§ **EXERCISE DETAILS**
Transcribe exactly the lines that fall between the one holding "集成 120×240 (wood)" and the one holding "frame((12095.0, 8405.0, 0.0)))", inclusive, from the entries below.

Saved entries

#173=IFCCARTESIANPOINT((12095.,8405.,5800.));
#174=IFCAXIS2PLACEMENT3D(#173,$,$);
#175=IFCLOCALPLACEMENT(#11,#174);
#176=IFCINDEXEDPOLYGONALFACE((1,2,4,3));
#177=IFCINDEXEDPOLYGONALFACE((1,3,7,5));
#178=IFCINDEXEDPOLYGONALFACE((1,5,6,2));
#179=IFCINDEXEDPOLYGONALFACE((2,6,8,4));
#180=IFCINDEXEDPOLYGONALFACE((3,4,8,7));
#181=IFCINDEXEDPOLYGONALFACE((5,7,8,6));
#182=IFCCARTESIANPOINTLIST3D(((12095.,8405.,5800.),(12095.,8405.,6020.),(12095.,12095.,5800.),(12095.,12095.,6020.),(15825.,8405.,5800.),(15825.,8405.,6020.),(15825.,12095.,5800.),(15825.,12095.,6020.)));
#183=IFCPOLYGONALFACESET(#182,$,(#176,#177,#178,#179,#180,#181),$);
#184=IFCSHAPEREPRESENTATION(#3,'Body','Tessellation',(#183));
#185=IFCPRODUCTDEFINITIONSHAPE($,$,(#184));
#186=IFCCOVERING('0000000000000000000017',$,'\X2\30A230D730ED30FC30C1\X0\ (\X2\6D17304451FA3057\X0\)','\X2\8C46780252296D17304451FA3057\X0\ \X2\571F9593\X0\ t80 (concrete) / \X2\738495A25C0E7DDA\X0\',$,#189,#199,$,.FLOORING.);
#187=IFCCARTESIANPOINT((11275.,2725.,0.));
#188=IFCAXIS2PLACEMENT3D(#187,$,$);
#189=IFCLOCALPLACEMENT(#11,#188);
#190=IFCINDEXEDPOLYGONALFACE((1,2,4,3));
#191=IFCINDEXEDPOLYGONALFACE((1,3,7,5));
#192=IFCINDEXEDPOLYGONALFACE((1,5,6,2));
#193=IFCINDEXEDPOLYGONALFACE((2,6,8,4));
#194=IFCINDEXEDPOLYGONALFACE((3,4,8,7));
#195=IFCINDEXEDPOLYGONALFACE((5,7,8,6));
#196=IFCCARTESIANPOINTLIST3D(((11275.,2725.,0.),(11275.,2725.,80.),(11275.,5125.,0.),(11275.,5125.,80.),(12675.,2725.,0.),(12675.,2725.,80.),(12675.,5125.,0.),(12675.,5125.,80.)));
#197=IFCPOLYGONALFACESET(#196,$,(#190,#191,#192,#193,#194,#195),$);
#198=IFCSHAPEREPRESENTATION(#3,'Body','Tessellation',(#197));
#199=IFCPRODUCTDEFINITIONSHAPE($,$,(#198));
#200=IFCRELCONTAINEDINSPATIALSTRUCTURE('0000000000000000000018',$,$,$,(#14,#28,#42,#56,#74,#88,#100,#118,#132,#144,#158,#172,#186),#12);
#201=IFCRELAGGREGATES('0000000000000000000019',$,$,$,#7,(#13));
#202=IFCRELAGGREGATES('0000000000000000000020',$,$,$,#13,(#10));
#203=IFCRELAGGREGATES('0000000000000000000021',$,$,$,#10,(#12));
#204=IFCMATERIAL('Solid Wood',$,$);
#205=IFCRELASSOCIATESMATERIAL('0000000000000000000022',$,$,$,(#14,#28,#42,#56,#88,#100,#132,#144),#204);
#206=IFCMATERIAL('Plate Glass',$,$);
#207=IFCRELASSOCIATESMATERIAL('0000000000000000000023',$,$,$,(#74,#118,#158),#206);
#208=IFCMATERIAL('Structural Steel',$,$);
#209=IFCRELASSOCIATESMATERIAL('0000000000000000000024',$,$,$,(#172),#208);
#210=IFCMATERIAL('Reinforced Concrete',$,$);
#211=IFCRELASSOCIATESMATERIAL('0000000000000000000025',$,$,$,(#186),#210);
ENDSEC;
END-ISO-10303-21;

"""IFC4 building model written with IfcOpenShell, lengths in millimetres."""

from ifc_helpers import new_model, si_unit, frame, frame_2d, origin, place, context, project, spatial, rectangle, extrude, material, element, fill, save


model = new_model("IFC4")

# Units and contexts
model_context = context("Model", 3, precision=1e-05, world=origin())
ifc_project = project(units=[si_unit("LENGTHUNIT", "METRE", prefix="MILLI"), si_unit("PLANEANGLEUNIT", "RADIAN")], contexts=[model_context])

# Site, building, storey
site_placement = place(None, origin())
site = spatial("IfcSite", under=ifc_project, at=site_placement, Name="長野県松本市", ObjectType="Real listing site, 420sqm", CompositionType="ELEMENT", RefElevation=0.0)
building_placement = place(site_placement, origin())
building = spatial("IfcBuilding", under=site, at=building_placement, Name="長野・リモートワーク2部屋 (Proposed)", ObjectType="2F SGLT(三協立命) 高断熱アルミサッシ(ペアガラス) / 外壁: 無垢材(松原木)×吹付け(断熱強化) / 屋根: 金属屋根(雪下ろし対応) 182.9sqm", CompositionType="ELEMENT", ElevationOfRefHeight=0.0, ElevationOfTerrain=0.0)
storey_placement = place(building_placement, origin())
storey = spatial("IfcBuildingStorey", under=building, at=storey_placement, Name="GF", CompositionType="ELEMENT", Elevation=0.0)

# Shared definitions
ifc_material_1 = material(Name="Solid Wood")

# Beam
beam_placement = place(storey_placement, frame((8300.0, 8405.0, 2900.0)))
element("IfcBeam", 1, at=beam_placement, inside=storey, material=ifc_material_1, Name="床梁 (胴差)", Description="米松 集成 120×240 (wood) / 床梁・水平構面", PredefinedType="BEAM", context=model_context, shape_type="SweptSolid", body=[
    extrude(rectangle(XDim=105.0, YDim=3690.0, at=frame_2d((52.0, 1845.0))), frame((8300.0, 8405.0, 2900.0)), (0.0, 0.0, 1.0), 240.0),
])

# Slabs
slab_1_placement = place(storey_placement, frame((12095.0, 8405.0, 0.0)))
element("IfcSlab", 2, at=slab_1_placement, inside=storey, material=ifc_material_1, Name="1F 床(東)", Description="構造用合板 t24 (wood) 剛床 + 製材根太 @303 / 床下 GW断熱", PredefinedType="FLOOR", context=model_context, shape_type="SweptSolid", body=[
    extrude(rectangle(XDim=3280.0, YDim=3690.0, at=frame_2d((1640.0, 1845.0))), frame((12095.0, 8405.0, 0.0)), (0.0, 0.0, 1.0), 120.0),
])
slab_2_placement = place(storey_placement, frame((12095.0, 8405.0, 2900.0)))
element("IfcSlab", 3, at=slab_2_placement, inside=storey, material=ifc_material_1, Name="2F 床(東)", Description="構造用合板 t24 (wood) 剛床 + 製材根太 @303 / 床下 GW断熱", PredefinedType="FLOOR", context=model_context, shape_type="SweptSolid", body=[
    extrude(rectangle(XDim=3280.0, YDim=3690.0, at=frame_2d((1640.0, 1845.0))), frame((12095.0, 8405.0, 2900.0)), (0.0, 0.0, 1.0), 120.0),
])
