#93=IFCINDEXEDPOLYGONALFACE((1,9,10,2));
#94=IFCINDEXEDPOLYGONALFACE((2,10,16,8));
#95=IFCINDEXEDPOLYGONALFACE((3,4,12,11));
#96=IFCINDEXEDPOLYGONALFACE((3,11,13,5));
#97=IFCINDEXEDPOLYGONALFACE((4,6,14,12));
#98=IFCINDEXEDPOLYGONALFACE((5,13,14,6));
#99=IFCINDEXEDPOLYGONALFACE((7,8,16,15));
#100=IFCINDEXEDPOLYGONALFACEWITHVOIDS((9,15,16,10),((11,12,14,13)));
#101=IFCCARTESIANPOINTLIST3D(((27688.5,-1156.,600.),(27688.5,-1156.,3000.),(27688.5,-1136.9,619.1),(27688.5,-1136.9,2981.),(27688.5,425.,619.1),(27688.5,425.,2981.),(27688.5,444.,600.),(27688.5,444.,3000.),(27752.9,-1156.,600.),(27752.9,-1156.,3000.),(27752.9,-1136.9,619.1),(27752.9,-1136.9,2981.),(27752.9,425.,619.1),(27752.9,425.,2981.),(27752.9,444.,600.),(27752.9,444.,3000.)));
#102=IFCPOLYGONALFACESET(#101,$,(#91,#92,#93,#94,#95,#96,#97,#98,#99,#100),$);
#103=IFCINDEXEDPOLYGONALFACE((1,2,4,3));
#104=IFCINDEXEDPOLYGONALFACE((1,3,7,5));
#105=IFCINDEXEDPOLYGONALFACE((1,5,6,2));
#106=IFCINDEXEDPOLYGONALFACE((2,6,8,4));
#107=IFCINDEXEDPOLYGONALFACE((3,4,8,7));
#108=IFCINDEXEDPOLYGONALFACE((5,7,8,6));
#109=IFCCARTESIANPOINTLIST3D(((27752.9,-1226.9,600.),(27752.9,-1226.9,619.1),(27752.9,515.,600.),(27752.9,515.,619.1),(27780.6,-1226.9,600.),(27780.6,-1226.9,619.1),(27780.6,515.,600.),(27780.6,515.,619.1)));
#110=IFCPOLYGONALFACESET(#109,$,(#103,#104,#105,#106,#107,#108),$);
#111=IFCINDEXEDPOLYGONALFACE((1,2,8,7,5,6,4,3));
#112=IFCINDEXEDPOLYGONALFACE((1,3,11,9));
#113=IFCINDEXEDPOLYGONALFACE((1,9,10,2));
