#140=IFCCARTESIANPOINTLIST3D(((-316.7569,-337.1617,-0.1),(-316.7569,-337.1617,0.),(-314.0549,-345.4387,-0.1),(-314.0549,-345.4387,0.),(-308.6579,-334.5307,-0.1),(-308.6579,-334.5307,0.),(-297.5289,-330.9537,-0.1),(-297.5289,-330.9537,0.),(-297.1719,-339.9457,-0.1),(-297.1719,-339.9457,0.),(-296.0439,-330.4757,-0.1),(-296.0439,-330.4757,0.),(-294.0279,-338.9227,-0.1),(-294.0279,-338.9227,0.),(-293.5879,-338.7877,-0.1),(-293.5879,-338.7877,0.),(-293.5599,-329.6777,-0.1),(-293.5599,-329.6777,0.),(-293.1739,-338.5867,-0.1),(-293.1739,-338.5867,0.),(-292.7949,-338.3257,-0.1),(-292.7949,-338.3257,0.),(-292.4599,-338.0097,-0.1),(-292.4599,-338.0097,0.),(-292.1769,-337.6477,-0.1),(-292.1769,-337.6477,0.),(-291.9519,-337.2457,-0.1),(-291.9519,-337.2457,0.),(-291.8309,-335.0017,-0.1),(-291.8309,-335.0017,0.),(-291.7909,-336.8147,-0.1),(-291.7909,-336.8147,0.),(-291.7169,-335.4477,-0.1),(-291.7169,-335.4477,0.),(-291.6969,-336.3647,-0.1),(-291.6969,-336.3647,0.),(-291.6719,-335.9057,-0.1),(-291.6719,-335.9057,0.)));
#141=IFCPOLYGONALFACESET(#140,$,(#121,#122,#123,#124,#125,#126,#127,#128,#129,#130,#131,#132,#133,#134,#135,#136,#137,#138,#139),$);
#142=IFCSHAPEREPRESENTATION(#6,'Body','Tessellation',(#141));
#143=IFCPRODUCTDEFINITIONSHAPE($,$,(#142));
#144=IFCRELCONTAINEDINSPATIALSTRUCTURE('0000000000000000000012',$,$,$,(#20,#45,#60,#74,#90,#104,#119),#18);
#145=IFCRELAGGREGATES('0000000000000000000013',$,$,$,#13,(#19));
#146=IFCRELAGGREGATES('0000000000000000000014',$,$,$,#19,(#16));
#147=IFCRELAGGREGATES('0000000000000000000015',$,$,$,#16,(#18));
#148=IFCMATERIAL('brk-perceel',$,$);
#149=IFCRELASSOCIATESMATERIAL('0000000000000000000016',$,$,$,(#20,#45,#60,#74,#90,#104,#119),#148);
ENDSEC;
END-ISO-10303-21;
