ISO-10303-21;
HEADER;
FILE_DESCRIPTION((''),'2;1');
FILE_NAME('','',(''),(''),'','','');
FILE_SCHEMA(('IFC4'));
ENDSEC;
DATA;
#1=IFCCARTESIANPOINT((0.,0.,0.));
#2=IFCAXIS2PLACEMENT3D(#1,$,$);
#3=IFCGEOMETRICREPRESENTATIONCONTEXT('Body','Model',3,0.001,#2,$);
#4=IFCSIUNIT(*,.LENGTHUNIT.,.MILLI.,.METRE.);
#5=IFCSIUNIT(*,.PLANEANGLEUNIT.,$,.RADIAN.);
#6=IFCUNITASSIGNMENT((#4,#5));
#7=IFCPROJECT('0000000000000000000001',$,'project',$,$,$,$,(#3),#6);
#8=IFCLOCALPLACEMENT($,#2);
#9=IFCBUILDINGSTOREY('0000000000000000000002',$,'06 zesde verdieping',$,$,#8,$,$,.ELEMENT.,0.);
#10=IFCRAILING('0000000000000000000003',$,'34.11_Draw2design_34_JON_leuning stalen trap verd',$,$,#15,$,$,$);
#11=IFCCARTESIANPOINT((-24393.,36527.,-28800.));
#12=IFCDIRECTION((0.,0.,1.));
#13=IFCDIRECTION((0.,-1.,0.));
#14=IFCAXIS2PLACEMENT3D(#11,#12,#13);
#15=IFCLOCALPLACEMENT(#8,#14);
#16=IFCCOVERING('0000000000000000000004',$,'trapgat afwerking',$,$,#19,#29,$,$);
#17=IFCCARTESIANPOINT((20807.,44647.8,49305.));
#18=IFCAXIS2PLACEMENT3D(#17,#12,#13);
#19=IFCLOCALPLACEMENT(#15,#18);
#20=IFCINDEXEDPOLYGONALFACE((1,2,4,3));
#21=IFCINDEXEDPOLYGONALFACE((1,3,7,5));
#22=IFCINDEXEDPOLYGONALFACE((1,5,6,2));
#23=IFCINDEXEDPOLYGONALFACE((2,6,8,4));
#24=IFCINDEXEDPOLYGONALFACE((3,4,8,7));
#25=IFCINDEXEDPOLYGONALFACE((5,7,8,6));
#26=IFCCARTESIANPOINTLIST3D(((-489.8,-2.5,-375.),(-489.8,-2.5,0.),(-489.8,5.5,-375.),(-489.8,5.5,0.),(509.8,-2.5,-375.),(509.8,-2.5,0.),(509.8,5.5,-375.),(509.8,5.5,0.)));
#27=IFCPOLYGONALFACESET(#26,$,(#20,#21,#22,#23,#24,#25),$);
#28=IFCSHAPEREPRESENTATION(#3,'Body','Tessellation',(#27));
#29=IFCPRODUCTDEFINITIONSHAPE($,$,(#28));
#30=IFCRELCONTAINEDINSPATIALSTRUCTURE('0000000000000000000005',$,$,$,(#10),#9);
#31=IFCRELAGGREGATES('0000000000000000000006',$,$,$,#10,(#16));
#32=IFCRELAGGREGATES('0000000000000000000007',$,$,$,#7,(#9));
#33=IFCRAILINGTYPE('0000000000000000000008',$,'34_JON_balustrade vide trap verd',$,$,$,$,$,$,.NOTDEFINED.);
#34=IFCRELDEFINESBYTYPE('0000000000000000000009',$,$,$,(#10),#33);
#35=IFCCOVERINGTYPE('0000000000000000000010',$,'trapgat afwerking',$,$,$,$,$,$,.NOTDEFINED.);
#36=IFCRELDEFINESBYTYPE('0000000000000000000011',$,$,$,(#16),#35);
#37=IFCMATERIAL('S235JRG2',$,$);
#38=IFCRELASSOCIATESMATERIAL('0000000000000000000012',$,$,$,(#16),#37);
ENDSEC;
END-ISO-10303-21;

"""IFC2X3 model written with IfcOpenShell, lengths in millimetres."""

from ifc_helpers import new_model, si_unit, frame, origin, place, context, project, spatial, polyline, outline, extrude, source, transform, mapped, material, type_object, element, aggregate, save


model = new_model("IFC2X3")

# Units and contexts
model_context = context("Model", 3, precision=0.001, world=origin(), identifier="Body")
ifc_project = project(units=[si_unit("LENGTHUNIT", "METRE", prefix="MILLI"), si_unit("PLANEANGLEUNIT", "RADIAN")], contexts=[model_context])

# Storey
storey_placement = place(None, origin())
storey = spatial("IfcBuildingStorey", under=ifc_project, at=storey_placement, Name="06 zesde verdieping", CompositionType="ELEMENT", Elevation=0.0)

# Railing
railing_type_1 = type_object("IfcRailingType", Name="34_JON_balustrade vide trap verd")
railing_1_placement = place(storey_placement, frame((-24393.0, 36527.0, -28800.0), z_axis=(0.0, 0.0, 1.0), x_axis=(0.0, -1.0, 0.0)))
railing_1 = element("IfcRailing", 1, at=railing_1_placement, inside=storey, type_object=railing_type_1, Name="34.11_Draw2design_34_JON_leuning stalen trap verd")

# Shared definitions
ifc_material_1 = material(Name="S235JRG2")

# Covering
covering_type = type_object("IfcCoveringType", Name="trapgat afwerking")
shared_shape_1 = source(origin(), model_context, "Body", "SweptSolid", [
    extrude(outline(polyline([(-489.8, -2.5), (509.8, -2.5), (509.8, 5.5), (-489.8, 5.5), (-489.8, -2.5)])), origin(), (0.0, 0.0, -1.0), 375.0),
])
covering_placement = place(railing_1_placement, frame((20807.0, 44647.8, 49305.0), z_axis=(0.0, 0.0, 1.0), x_axis=(0.0, -1.0, 0.0)))
covering = element("IfcCovering", 2, at=covering_placement, type_object=covering_type, material=ifc_material_1, Name="trapgat afwerking", context=model_context, shape_type="MappedRepresentation", body=[
    mapped(shared_shape_1, transform((0.0, 0.0, 0.0), scale=1.0)),
])
aggregate(railing_1, [covering])

save(model, "model.ifc")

§ **WRITTEN RESPONSE**
element("IfcBeam", 1, at=beam_placement, inside=storey, material=ifc_material_1, Name="床梁 (胴差)", Description="米松 集成 120×240 (wood) / 床梁・水平構面", PredefinedType="BEAM", context=model_context, shape_type="SweptSolid", body=[
    extrude(rectangle(XDim=105.0, YDim=3690.0, at=frame_2d((52.0, 1845.0))), frame((8300.0, 8405.0, 2900.0)), (0.0, 0.0, 1.0), 240.0),
])

# Slabs
slab_1_placement = place(storey_placement, frame((12095.0, 8405.0, 0.0)))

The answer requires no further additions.